Biological complexity: managing cellular oxygen levels (Introduction)

by David Turell @, Sunday, October 13, 2019, 16:07 (1628 days ago) @ dhw

dhw: So why not accept the possibility that in certain respects he “very well could think like us”, instead of pretending that you know he doesn’t?[/i]

DAVID: My guesses about God's personality and thoughts is a result of trying to politely answering your queries. Only guesses.

dhw: And your incongruous account of his purpose and method is also a mass of guesses, the logic of which depends on abandoning all human reason, although he “very well could think like us.” Your subsequent comments repeat this one or others made under “David’s theory of evolution”.

My guesses are based on my belief in intelligent design, and design keeps you agnostic.


DAVID (under “IMMUNITY SYSTEM COMPLEXITY”): Once an infection is defeated there must be a memory for the next time that same infection is attempted.

dhw: But it doesn’t occur to you that precisely the same argument applies to every innovation, strategy, lifestyle,and natural wonder. As soon as something is successful, “there must be a memory for the next time”.

DAVID: Apples and oranges. The T cells are programmed to develop a memory. the insects in your view an foretell the future. totally illogical.
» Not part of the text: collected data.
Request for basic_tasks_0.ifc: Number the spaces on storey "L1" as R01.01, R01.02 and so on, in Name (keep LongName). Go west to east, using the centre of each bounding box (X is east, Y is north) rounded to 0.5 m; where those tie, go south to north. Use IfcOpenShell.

First a look at what the model holds.

```python
import ifcopenshell
import ifcopenshell.util.element
import ifcopenshell.util.placement

model = ifcopenshell.open("basic_tasks_0.ifc")
print(model.schema)
storey = next(s for s in model.by_type("IfcBuildingStorey") if s.Name == "L1")
spaces = [e for e in ifcopenshell.util.element.get_decomposition(storey) if e.is_a("IfcSpace")]
for e in sorted(spaces, key=lambda e: e.id()):
    origin = ifcopenshell.util.placement.get_local_placement(e.ObjectPlacement)[:3, 3]
    print(e.id(), e.Name, e.LongName, origin.round(2) + 0.0, sep=" | ")
```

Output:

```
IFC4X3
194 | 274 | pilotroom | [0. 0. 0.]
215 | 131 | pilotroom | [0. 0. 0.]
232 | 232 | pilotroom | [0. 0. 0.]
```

```python
import ifcopenshell
import ifcopenshell.geom
import ifcopenshell.util.element
import ifcopenshell.util.shape

model = ifcopenshell.open("basic_tasks_0.ifc")
settings = ifcopenshell.geom.settings()
settings.set("use-world-coords", True)


def centre(element):
    shape = ifcopenshell.geom.create_shape(settings, element)
    return ifcopenshell.util.shape.get_bbox_centroid(shape.geometry)


storey = next(s for s in model.by_type("IfcBuildingStorey") if s.Name == "L1")
spaces = [e for e in ifcopenshell.util.element.get_decomposition(storey) if e.is_a("IfcSpace")]

# Insertion points can sit at a corner or the storey origin, so sort by the geometry (in metres).
centres = {e: centre(e) for e in spaces}
spaces.sort(key=lambda e: (round(centres[e][0] / 0.5), centres[e][1]))

for i, e in enumerate(spaces, start=1):
    number = f"R01.{i:02d}"
    e.Name = number
    print(e.id(), number)

model.write("basic_tasks_0_edited.ifc")
```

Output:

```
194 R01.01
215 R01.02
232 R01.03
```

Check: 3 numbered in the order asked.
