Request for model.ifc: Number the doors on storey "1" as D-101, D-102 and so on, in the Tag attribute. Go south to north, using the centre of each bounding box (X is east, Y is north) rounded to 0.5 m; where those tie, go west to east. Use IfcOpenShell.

First a look at what the model holds.

```python
import ifcopenshell
import ifcopenshell.util.element
import ifcopenshell.util.placement

model = ifcopenshell.open("model.ifc")
print(model.schema)
storey = next(s for s in model.by_type("IfcBuildingStorey") if s.Name == "1")
doors = [e for e in ifcopenshell.util.element.get_decomposition(storey) if e.is_a("IfcDoor")]
for e in sorted(doors, key=lambda e: e.id()):
    origin = ifcopenshell.util.placement.get_local_placement(e.ObjectPlacement)[:3, 3]
    print(e.id(), e.Tag, e.Name, origin.round(2) + 0.0, sep=" | ")
```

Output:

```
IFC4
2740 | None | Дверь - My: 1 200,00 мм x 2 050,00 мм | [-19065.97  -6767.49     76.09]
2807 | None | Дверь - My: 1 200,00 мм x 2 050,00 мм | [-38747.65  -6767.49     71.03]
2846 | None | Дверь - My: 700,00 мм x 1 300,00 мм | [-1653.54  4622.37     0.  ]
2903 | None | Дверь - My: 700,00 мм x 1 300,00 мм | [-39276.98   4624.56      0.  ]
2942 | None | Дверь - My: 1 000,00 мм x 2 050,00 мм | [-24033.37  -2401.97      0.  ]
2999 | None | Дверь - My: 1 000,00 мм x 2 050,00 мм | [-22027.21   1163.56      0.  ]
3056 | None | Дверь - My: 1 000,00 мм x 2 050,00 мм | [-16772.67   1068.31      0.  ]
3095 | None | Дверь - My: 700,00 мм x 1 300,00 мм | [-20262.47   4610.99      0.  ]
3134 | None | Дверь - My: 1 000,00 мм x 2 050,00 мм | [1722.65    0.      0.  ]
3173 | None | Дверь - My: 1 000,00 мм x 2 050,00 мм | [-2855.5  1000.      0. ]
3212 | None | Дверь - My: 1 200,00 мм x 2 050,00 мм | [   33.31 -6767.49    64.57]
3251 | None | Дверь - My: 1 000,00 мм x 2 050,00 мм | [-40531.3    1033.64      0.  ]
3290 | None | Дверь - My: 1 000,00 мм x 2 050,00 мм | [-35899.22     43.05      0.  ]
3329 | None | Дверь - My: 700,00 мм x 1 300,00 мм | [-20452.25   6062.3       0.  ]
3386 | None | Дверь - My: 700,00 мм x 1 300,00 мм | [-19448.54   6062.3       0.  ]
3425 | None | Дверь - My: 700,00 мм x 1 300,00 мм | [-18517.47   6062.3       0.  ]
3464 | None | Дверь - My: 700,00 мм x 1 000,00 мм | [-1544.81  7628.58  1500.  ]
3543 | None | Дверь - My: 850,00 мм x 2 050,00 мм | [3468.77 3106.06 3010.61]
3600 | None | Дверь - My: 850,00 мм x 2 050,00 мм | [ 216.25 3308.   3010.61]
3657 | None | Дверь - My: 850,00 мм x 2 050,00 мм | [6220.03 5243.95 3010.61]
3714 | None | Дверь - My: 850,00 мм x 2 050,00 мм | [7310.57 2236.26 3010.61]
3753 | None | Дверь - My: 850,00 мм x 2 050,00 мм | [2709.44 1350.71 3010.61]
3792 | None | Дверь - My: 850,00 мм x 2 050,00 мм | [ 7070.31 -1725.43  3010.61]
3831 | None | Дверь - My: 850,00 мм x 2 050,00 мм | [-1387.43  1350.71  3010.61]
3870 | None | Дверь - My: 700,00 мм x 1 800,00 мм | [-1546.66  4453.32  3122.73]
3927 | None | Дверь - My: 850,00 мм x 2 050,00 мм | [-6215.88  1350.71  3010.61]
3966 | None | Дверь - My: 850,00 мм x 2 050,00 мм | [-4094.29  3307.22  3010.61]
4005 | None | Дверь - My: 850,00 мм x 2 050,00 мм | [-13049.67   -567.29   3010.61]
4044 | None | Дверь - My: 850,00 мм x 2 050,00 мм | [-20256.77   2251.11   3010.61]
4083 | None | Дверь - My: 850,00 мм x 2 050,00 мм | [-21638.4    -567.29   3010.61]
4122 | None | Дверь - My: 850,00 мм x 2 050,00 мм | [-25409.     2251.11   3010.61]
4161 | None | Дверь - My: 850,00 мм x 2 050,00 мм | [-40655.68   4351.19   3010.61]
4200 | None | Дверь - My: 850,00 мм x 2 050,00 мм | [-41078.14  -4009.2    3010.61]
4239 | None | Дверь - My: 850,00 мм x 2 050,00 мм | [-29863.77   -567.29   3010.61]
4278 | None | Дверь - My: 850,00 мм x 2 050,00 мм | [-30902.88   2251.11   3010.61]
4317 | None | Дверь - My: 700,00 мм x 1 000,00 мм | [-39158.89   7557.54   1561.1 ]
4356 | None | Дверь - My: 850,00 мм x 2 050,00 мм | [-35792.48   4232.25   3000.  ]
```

```python
import ifcopenshell
import ifcopenshell.geom
import ifcopenshell.util.element
import ifcopenshell.util.shape

model = ifcopenshell.open("model.ifc")
settings = ifcopenshell.geom.settings()
settings.set("use-world-coords", True)


def centre(element):
    shape = ifcopenshell.geom.create_shape(settings, element)
    return ifcopenshell.util.shape.get_bbox_centroid(shape.geometry)


storey = next(s for s in model.by_type("IfcBuildingStorey") if s.Name == "1")
doors = [e for e in ifcopenshell.util.element.get_decomposition(storey) if e.is_a("IfcDoor")]

# Insertion points can sit at a corner or the storey origin, so sort by the geometry (in metres).
centres = {e: centre(e) for e in doors}
doors.sort(key=lambda e: (round(centres[e][1] / 0.5), centres[e][0]))

for i, e in enumerate(doors, start=1):
    number = f"D-1{i:02d}"
    e.Tag = number
    print(e.id(), number)

model.write("model-out.ifc")
```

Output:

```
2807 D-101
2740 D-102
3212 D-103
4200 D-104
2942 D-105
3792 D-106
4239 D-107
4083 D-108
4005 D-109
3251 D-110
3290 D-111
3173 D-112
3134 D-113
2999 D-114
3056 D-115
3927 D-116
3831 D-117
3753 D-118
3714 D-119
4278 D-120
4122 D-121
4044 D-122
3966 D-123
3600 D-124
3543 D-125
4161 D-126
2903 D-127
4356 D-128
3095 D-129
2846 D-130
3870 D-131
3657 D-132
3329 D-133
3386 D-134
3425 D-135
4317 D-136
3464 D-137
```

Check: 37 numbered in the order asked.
dhw; Cells have memory. I don’t know why you insert the word programmed. So do insects. I keep emphasizing that they do NOT foretell the future. They respond, just like bacteria and just like our fellow animals, to PRESENT conditions, and whatever they have learned is passed on through memory to enable them to take precautions against or to counter the same dangers or to solve the same problems.
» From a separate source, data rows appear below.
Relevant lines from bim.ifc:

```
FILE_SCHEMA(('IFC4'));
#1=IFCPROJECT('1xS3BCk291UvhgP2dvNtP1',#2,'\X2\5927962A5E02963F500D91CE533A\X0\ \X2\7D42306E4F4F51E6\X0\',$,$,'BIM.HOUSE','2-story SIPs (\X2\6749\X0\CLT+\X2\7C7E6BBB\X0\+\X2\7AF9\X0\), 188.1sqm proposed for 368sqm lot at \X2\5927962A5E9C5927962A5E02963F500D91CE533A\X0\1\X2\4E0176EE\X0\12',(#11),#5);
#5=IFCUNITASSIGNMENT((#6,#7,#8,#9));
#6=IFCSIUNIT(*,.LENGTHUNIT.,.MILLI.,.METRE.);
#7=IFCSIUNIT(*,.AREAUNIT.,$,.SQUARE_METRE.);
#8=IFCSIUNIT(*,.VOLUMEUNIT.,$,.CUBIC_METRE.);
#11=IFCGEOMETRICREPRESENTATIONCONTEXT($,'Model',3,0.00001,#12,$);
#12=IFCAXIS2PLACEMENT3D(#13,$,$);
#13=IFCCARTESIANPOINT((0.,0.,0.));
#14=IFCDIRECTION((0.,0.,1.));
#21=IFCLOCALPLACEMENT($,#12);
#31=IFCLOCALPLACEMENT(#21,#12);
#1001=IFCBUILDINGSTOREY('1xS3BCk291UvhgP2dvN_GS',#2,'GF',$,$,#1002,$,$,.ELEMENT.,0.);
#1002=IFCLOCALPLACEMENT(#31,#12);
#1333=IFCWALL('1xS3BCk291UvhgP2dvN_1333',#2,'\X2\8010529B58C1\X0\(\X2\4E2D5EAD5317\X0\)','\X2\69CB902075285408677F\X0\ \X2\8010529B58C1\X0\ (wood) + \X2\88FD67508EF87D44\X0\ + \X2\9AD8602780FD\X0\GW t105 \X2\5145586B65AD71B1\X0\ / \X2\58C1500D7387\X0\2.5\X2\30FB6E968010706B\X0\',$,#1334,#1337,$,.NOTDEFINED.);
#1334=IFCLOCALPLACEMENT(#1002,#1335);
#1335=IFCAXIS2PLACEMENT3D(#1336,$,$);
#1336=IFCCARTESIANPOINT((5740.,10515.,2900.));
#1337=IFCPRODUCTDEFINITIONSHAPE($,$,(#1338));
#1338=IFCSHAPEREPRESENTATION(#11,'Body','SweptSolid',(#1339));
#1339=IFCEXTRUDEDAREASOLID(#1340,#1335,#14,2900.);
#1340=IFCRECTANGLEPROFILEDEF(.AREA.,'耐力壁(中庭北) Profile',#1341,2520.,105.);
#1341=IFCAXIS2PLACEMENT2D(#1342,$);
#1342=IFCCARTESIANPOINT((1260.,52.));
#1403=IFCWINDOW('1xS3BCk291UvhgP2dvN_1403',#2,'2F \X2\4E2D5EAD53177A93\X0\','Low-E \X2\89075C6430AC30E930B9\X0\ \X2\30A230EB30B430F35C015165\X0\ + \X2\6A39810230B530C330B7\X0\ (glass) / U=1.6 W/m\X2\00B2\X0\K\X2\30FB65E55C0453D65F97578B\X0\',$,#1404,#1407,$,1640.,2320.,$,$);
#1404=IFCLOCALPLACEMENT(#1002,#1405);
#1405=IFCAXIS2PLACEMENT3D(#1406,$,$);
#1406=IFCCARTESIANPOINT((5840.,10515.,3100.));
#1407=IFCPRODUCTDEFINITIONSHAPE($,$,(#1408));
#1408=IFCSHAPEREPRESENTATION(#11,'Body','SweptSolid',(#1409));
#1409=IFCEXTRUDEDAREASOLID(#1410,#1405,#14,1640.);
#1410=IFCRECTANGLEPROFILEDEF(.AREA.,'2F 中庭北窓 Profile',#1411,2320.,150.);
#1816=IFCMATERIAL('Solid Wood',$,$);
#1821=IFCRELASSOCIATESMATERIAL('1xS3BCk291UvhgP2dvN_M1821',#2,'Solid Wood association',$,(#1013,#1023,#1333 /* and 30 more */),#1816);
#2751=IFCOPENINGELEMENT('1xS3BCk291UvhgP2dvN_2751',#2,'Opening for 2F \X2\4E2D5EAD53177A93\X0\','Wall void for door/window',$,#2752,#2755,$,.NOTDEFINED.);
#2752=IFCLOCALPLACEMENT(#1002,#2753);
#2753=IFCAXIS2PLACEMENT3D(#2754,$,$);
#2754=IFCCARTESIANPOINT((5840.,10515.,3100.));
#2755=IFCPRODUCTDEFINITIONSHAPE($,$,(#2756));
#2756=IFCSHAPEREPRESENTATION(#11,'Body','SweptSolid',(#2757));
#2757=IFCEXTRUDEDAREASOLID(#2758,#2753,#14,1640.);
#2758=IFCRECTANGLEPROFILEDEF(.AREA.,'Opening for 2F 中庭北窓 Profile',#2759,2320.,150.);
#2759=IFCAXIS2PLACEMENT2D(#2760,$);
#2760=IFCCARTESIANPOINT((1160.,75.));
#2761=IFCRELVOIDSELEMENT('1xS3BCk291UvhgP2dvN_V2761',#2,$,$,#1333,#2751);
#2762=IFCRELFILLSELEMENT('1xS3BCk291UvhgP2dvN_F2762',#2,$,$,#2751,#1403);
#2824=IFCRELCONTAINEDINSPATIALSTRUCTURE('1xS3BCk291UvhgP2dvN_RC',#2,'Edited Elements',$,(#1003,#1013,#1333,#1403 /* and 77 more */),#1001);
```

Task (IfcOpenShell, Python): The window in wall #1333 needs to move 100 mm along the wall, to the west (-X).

```python
import ifcopenshell
import ifcopenshell.api.geometry
import ifcopenshell.util.placement

model = ifcopenshell.open("bim.ifc")

window = model.by_id(1403)
opening = window.FillsVoids[0].RelatingOpeningElement
wall = opening.VoidsElements[0].RelatingBuildingElement

wall_matrix = ifcopenshell.util.placement.get_local_placement(wall.ObjectPlacement)
shift = wall_matrix[:3, 0] * -100.0
before = ifcopenshell.util.placement.get_local_placement(window.ObjectPlacement)[:3, 3].copy()

# The window is not placed relative to its opening, so move both.
for product in (opening, window):
    matrix = ifcopenshell.util.placement.get_local_placement(product.ObjectPlacement)
    matrix[:3, 3] += shift
    ifcopenshell.api.geometry.edit_object_placement(model, product=product, matrix=matrix, is_si=False)

after = ifcopenshell.util.placement.get_local_placement(window.ObjectPlacement)[:3, 3]
print("window moved by", (after - before).round(3) + 0.0)

model.write("bim_updated.ifc")
```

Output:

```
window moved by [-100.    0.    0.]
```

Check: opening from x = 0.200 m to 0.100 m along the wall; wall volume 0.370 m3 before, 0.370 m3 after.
Unless the insect parents watch the larvae until adulthood, they cannot know what might happen to them.


dhw: “Imagining the future” is your phrase, not mine. I wrote: “Do you honestly believe that organisms are not aware of dangers and do not learn from experience and do not take precautions”? These are manifestations of consciousness, and we know they are capable of solving new problems as and when they arise.

[…] If a solution to an EXISTING (not a future) problem had not been found, the species would have died out, as happens all the time in life’s history. I do not claim to know any more than you do how every strategy was first discovered, but do please answer the question bolded above and the bolded comment that follows.
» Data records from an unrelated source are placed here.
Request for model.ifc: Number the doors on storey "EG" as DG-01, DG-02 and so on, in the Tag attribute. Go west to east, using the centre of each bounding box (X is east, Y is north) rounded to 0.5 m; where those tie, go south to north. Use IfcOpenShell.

First a look at what the model holds.

```python
import ifcopenshell
import ifcopenshell.util.element
import ifcopenshell.util.placement

model = ifcopenshell.open("model.ifc")
print(model.schema)
storey = next(s for s in model.by_type("IfcBuildingStorey") if s.Name == "EG")
doors = [e for e in ifcopenshell.util.element.get_decomposition(storey) if e.is_a("IfcDoor")]
for e in sorted(doors, key=lambda e: e.id()):
    origin = ifcopenshell.util.placement.get_local_placement(e.ObjectPlacement)[:3, 3]
    print(e.id(), e.Tag, e.Name, origin.round(2) + 0.0, sep=" | ")
```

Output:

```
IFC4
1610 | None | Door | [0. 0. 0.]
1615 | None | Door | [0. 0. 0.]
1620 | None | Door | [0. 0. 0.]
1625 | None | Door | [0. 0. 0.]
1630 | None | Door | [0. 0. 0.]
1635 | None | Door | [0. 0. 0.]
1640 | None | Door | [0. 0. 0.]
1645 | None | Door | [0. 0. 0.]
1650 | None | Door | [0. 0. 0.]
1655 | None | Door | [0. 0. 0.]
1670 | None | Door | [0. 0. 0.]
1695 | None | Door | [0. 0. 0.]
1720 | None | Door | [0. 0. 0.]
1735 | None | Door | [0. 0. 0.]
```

```python
import ifcopenshell
import ifcopenshell.geom
import ifcopenshell.util.element
import ifcopenshell.util.shape

model = ifcopenshell.open("model.ifc")
settings = ifcopenshell.geom.settings()
settings.set("use-world-coords", True)


def centre(element):
    shape = ifcopenshell.geom.create_shape(settings, element)
    return ifcopenshell.util.shape.get_bbox_centroid(shape.geometry)


storey = next(s for s in model.by_type("IfcBuildingStorey") if s.Name == "EG")
doors = [e for e in ifcopenshell.util.element.get_decomposition(storey) if e.is_a("IfcDoor")]

# Insertion points can sit at a corner or the storey origin, so sort by the geometry (in metres).
centres = {e: centre(e) for e in doors}
doors.sort(key=lambda e: (round(centres[e][0] / 0.5), centres[e][1]))

for i, e in enumerate(doors, start=1):
    number = f"DG-{i:02d}"
    e.Tag = number
    print(e.id(), number)

model.write("model_edited.ifc")
```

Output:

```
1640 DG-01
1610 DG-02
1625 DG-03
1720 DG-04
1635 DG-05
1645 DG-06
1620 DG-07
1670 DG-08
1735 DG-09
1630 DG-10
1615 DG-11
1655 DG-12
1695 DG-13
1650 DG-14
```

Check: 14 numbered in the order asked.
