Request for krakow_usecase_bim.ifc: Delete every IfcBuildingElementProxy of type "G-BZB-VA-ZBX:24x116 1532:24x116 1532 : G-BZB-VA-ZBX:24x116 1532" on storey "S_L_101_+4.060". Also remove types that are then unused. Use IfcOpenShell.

First a look at what the model holds.

```python
import ifcopenshell
import ifcopenshell.util.element

model = ifcopenshell.open("krakow_usecase_bim.ifc")
print(model.schema)
storey = next(s for s in model.by_type("IfcBuildingStorey") if s.Name == "S_L_101_+4.060")
proxies = [e for e in ifcopenshell.util.element.get_decomposition(storey) if e.is_a("IfcBuildingElementProxy")]
seen = {}
for e in proxies:
    element_type = ifcopenshell.util.element.get_type(e)
    name = element_type.Name if element_type not in (None, e) else None
    seen[name] = seen.get(name, 0) + 1
for name, count in sorted(seen.items(), key=str):
    print(count, "x", name)
```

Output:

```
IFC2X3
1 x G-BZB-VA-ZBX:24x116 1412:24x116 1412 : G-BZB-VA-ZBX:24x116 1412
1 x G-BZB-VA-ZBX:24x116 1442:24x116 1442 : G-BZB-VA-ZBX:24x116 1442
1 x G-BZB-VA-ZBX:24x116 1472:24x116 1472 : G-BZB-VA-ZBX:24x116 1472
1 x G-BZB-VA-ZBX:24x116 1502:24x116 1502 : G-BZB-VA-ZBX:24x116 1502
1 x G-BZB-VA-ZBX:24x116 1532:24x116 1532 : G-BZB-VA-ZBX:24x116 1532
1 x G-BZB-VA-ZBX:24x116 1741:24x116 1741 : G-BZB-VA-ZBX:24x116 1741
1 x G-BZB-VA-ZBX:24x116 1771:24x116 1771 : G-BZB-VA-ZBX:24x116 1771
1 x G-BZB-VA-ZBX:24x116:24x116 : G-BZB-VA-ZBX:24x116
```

```python
import ifcopenshell
import ifcopenshell.api.root
import ifcopenshell.util.element

model = ifcopenshell.open("krakow_usecase_bim.ifc")

storey = next(s for s in model.by_type("IfcBuildingStorey") if s.Name == "S_L_101_+4.060")
proxies = [e for e in ifcopenshell.util.element.get_decomposition(storey) if e.is_a("IfcBuildingElementProxy")]
targets = [e for e in proxies if (t := ifcopenshell.util.element.get_type(e)) not in (None, e) and t.Name == "G-BZB-VA-ZBX:24x116 1532:24x116 1532 : G-BZB-VA-ZBX:24x116 1532"]
types = {ifcopenshell.util.element.get_type(e) for e in targets} - {None, *targets}

for e in targets:
    ifcopenshell.api.root.remove_product(model, product=e)
print(len(targets), "removed")

unused = [t for t in types if not ifcopenshell.util.element.get_types(t)]
for t in unused:
    ifcopenshell.api.root.remove_product(model, product=t)
print(len(unused), "unused types removed")

model.write("krakow_usecase_bim-out.ifc")
```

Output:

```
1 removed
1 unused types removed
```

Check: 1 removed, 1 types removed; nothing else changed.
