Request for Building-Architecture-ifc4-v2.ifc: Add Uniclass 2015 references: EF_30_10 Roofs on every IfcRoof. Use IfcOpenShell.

First a look at what the model holds.

```python
import ifcopenshell

model = ifcopenshell.open("Building-Architecture-ifc4-v2.ifc")
print(model.schema)
print("classifications:", [c.Name for c in model.by_type("IfcClassification")])
for ifc_class in ("IfcDoor", "IfcRoof", "IfcStair", "IfcWall", "IfcWindow"):
    print(ifc_class, len(model.by_type(ifc_class)))
```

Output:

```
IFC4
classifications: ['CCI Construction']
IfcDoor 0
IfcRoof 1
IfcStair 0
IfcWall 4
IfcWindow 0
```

```python
import ifcopenshell
import ifcopenshell.api.classification

model = ifcopenshell.open("Building-Architecture-ifc4-v2.ifc")

system = ifcopenshell.api.classification.add_classification(model, classification="Uniclass 2015")

codes = {
    "IfcRoof": ("EF_30_10", "Roofs"),
}
for ifc_class, (code, name) in codes.items():
    products = model.by_type(ifc_class)
    ifcopenshell.api.classification.add_reference(
        model, products=products, classification=system, identification=code, name=name
    )
    print(code, len(products))

model.write("Building-Architecture-ifc4-v2_edited.ifc")
```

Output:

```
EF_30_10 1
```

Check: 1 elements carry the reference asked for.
DAVID: My point is God steps in and helps.

dhw: So now it’s not even a 3.8-billion-year-old programme for every single innovation, strategy, lifestyle and natural wonder. God personally steps in whenever he anticipates a new, i.e. not yet existing problem, except that one minute later you go back to pre-programming!

You have accepted as a theist the possibility of God dabbling.


DAVID: T cells are obviously programmed to have a memory of previous infections. Insects can not see the future and if they plan to protect larvae, they are programmed to do so.

dhw: So 3.8 thousand million years ago, your God preprogrammed every solution to every problem that would ever be faced by every cell and every insect (except when he “steps in and helps”) – and all because he had to cover the time he’d decided to wait before he preprogrammed or dabbled the beginnings of human evolution, which was the only thing he actually wanted to do in the first place!

Same problem: I don't know why God chose to evolve humans, but He did as history shows.